How concentration changes the pH
For weak acids like NH4+, higher concentration generally lowers pH because more acid is present, even though the percent ionization may decrease. If you were comparing 0.020 M, 0.20 M, and 2.0 M NH4Br solutions, the most concentrated solution would have the lowest pH. However, because ammonium is a weak acid, the change in pH is not as dramatic as it would be for a strong acid of the same formal concentration.
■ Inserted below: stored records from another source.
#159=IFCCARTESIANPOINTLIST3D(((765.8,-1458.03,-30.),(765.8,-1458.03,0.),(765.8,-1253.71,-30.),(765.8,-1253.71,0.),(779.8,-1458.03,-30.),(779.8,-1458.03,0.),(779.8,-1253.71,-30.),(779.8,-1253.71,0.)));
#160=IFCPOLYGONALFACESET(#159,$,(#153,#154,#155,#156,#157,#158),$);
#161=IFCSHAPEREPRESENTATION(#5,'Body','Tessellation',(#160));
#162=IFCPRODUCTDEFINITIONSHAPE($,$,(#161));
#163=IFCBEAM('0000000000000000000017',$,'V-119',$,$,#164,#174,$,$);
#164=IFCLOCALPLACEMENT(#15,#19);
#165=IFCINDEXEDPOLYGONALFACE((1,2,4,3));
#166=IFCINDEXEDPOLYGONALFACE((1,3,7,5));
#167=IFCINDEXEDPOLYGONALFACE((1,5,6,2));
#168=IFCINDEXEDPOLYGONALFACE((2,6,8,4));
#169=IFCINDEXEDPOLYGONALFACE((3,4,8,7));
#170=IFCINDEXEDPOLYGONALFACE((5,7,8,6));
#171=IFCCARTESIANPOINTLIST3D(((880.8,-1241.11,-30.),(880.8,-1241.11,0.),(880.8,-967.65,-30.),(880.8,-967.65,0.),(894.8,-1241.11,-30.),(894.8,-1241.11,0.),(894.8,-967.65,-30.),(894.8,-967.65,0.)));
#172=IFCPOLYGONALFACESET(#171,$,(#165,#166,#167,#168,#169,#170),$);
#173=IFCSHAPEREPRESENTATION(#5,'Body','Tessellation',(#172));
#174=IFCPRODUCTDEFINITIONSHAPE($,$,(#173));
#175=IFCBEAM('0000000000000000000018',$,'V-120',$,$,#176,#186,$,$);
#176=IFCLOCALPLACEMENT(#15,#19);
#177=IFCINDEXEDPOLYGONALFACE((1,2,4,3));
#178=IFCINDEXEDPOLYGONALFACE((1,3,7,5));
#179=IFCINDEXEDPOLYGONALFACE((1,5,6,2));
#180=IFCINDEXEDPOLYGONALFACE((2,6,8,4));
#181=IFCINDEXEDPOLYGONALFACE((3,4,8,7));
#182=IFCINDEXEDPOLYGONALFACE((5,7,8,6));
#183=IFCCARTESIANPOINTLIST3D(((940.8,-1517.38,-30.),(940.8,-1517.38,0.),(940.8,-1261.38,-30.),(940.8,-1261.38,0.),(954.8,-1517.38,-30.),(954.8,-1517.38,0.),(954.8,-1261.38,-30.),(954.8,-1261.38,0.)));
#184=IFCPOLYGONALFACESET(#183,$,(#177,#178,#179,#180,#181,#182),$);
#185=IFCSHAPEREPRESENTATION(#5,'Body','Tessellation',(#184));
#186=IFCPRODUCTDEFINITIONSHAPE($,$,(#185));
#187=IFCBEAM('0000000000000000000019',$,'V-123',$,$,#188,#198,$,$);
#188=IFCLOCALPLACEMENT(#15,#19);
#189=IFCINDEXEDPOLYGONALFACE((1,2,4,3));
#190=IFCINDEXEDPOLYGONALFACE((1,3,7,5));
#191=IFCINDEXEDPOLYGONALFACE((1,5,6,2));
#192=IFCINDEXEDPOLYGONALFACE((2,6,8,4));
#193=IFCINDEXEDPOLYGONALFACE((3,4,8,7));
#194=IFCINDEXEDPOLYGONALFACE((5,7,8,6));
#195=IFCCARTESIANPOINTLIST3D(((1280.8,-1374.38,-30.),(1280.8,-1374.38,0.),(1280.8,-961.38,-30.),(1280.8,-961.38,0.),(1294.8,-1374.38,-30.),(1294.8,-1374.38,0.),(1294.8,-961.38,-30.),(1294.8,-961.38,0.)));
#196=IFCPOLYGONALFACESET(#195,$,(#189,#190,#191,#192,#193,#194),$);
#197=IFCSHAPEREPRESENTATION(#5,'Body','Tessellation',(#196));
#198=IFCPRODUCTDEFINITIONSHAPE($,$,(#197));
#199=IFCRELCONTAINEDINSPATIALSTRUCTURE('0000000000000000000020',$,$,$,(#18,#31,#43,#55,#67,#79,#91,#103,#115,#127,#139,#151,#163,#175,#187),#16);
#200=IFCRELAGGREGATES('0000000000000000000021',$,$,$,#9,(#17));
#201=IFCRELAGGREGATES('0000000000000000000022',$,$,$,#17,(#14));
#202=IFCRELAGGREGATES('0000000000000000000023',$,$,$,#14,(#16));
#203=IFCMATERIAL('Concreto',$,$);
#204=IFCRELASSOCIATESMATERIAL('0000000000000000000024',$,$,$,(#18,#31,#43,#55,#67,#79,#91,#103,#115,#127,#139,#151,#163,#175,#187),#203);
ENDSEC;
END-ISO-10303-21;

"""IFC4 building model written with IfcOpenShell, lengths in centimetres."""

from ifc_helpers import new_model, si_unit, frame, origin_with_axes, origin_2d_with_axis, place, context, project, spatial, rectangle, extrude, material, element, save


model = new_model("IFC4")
The chart in this calculator visualizes the current solution by comparing the formal NH4Br concentration with the much smaller equilibrium concentrations of H3O+ and OH-. This makes it easy to see why ammonium bromide is acidic but only mildly so.
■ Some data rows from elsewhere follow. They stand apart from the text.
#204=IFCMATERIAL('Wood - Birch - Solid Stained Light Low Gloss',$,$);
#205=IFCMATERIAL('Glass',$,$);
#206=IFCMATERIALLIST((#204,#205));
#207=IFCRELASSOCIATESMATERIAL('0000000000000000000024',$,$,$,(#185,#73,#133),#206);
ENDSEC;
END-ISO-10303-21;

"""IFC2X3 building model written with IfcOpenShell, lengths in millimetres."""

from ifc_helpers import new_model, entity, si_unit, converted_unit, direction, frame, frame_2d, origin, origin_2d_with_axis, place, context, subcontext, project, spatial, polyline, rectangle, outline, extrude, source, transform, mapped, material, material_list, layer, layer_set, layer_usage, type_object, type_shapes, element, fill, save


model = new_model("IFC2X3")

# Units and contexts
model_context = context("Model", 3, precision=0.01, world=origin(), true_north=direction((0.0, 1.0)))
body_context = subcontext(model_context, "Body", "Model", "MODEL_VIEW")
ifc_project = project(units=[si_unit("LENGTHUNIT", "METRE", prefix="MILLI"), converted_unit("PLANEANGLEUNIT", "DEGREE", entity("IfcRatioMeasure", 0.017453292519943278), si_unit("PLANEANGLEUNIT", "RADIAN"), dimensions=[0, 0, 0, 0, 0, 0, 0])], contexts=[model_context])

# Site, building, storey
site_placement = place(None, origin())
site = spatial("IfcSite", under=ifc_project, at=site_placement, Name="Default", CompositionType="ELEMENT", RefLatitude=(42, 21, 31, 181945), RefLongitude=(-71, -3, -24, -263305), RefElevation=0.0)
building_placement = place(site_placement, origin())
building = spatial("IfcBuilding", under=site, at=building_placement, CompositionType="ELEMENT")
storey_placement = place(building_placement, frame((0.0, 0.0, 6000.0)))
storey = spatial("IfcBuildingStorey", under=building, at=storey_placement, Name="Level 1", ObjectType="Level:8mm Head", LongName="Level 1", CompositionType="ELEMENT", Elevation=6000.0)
Why NH4Br is important in chemistry education
Problems involving NH4Br are valuable because they combine several fundamental topics: salt hydrolysis, conjugate acid-base relationships, equilibrium constants, and logarithmic pH calculations. A student who can correctly solve the pH of NH4Br usually understands how to classify salts and how to connect Ka, Kb, and Kw.
This problem also reinforces a powerful chemistry habit: do not judge pH from a formula alone. Instead, ask where the ions came from. If a cation is the conjugate acid of a weak base, it often makes the solution acidic. If an anion is the conjugate base of a weak acid, it often makes the solution basic. When both ions come from strong partners, the solution is usually neutral.
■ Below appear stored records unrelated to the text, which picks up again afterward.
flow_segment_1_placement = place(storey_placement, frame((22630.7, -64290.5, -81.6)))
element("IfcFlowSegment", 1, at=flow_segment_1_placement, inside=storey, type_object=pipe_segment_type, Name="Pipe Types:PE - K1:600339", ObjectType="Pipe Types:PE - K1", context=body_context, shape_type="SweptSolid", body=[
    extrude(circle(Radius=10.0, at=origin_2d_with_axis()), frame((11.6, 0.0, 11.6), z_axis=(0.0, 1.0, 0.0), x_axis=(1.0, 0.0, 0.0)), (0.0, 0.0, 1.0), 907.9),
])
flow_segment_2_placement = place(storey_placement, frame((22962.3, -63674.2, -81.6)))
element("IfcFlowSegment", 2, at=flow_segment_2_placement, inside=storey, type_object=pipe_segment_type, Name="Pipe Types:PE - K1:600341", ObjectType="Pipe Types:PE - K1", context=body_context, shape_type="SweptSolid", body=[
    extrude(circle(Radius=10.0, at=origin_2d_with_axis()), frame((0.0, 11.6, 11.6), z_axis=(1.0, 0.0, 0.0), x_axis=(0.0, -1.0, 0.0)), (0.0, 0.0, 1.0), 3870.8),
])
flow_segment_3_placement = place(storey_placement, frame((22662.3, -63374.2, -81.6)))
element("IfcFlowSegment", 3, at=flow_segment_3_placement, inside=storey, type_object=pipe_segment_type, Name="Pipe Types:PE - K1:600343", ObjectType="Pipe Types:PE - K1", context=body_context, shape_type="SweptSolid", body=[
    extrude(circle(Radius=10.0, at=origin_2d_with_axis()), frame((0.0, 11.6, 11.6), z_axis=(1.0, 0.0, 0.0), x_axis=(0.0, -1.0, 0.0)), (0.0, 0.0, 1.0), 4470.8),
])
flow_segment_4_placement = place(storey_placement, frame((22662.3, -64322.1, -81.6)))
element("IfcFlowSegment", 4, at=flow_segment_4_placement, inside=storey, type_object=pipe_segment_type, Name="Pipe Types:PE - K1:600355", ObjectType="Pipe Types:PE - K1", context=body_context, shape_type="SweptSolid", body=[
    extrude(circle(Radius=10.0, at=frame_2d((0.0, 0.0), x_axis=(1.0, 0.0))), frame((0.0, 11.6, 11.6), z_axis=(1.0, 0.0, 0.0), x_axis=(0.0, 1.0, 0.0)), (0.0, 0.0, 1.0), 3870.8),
Fast method you can remember for exams
- Write the salt ions: NH4+ and Br-
- Ignore Br- because it is from a strong acid
- Use Ka = Kw / Kb for NH4+
- Set [H3O+] ≈ √(KaC)
- Take the negative log to get pH
For the default case:
- Ka = 5.56 × 10-10
- [H3O+] = 1.05 × 10-5 M
- pH = 4.98
Authoritative references for acid-base constants and pH concepts
- U.S. Environmental Protection Agency: pH overview
- Purdue University Chemistry: acids, bases, and equilibrium review
- University of Wisconsin Chemistry: acid-base equilibrium tutorial
Bottom line
To calculate the pH of a 0.20 M solution of NH4Br, treat NH4+ as a weak acid and Br- as a spectator ion. Convert the ammonia Kb into the ammonium Ka, solve the equilibrium, and compute pH from the hydronium concentration. Using standard constants at 25°C, the pH comes out to approximately 4.98. That makes sense chemically because ammonium bromide is the salt of a weak base and a strong acid, so its aqueous solution must be acidic.